-To Paul i ludzie z Modestu - szepnął blady Liam
Co? Jakaś pani, na moje oko około 30 lat, zasiadła na przeciwko nas i rzuciła czasopismami na szklany stolik. Dwóch facetów w podobnym wieku stanęli po obu stronach kobiety z rękami zawiniętymi na torsie, a Paul podszedł do nas na końcu i zaczął bardzo mocno klaskać nam nad uszami. Wszyscy zdezorientowani i mocno przestraszeni usiedliśmy równo na kanapie wstrzymując oddechy, jakby wszystko co robimy miało mieć później jakieś konsekwencje.
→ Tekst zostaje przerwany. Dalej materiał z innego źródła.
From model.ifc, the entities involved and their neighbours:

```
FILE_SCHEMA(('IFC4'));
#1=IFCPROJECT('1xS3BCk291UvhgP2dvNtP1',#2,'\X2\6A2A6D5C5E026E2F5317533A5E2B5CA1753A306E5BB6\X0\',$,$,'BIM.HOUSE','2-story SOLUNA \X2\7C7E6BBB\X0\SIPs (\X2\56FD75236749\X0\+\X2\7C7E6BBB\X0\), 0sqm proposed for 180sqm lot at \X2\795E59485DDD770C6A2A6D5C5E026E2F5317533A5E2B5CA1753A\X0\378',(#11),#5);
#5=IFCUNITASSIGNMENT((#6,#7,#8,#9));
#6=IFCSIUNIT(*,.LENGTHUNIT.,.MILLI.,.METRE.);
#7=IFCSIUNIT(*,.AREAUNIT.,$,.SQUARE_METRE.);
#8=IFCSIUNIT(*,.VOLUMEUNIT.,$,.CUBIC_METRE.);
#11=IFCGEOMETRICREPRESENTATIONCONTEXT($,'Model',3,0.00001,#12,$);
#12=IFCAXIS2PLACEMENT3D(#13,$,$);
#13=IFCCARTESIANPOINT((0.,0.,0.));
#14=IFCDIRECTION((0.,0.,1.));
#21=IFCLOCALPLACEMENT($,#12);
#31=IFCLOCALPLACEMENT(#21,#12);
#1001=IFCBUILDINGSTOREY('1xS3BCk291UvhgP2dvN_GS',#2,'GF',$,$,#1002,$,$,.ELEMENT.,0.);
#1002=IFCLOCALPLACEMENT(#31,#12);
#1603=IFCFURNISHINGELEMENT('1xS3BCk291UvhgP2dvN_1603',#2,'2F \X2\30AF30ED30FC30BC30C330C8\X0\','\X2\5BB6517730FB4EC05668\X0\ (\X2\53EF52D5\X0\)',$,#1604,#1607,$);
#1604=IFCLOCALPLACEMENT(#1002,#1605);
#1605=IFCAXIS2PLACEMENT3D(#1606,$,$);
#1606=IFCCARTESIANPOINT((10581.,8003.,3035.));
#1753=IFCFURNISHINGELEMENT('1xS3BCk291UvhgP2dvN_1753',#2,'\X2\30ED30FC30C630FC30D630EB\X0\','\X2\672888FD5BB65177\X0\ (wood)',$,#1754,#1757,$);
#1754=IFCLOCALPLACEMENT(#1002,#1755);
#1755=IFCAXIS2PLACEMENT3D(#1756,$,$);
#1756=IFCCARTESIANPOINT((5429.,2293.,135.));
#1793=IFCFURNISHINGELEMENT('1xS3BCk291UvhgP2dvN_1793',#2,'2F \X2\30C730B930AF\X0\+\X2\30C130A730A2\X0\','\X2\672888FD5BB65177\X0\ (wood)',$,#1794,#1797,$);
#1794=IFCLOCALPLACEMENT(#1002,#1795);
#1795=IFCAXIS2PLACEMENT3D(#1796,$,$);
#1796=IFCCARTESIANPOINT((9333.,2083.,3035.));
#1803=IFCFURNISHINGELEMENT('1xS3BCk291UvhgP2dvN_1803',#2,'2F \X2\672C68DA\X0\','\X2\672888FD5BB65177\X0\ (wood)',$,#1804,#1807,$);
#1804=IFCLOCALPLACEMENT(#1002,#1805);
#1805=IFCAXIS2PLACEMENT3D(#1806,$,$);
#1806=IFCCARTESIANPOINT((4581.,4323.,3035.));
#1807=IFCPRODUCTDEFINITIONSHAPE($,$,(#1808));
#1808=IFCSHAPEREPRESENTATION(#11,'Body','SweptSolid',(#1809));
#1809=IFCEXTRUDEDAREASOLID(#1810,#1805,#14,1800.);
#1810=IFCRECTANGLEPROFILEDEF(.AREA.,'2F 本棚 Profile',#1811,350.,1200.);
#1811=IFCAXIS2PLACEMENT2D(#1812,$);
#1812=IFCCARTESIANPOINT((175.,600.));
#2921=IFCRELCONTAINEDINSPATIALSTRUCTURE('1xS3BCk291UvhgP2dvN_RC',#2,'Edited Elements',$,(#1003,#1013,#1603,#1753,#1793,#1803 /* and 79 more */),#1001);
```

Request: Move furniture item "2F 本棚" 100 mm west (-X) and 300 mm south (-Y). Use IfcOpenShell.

```python
import ifcopenshell
import ifcopenshell.api.geometry
import ifcopenshell.util.placement
import ifcopenshell.util.unit

model = ifcopenshell.open("model.ifc")
unit_scale = ifcopenshell.util.unit.calculate_unit_scale(model)

item = model.by_guid("1xS3BCk291UvhgP2dvN_1803")
matrix = ifcopenshell.util.placement.get_local_placement(item.ObjectPlacement)
matrix[0, 3] -= 0.1 / unit_scale
matrix[1, 3] -= 0.3 / unit_scale
ifcopenshell.api.geometry.edit_object_placement(model, product=item, matrix=matrix, is_si=False)

print(ifcopenshell.util.placement.get_local_placement(item.ObjectPlacement).round(3) + 0.0)

model.write("model_edited.ifc")
```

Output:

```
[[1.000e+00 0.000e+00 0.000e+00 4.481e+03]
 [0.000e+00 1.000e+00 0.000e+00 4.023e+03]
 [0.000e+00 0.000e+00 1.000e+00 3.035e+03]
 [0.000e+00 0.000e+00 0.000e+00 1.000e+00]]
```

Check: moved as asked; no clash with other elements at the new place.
-Co to jest? - warknęła brunetka biorąc w dłonie gazetę i rzucając nią w tors Louisa. Wszyscy delikatnie spojrzeliśmy na czasopismo na którym widniał wielki nagłówek "Harry Styles po upojnej nocy? Kim jest ta tajemnicza blondynka? więcej informacji na str.14" -Mam tego więcej -prychnęła pod nosem i podała nam kolejne cztery gazety.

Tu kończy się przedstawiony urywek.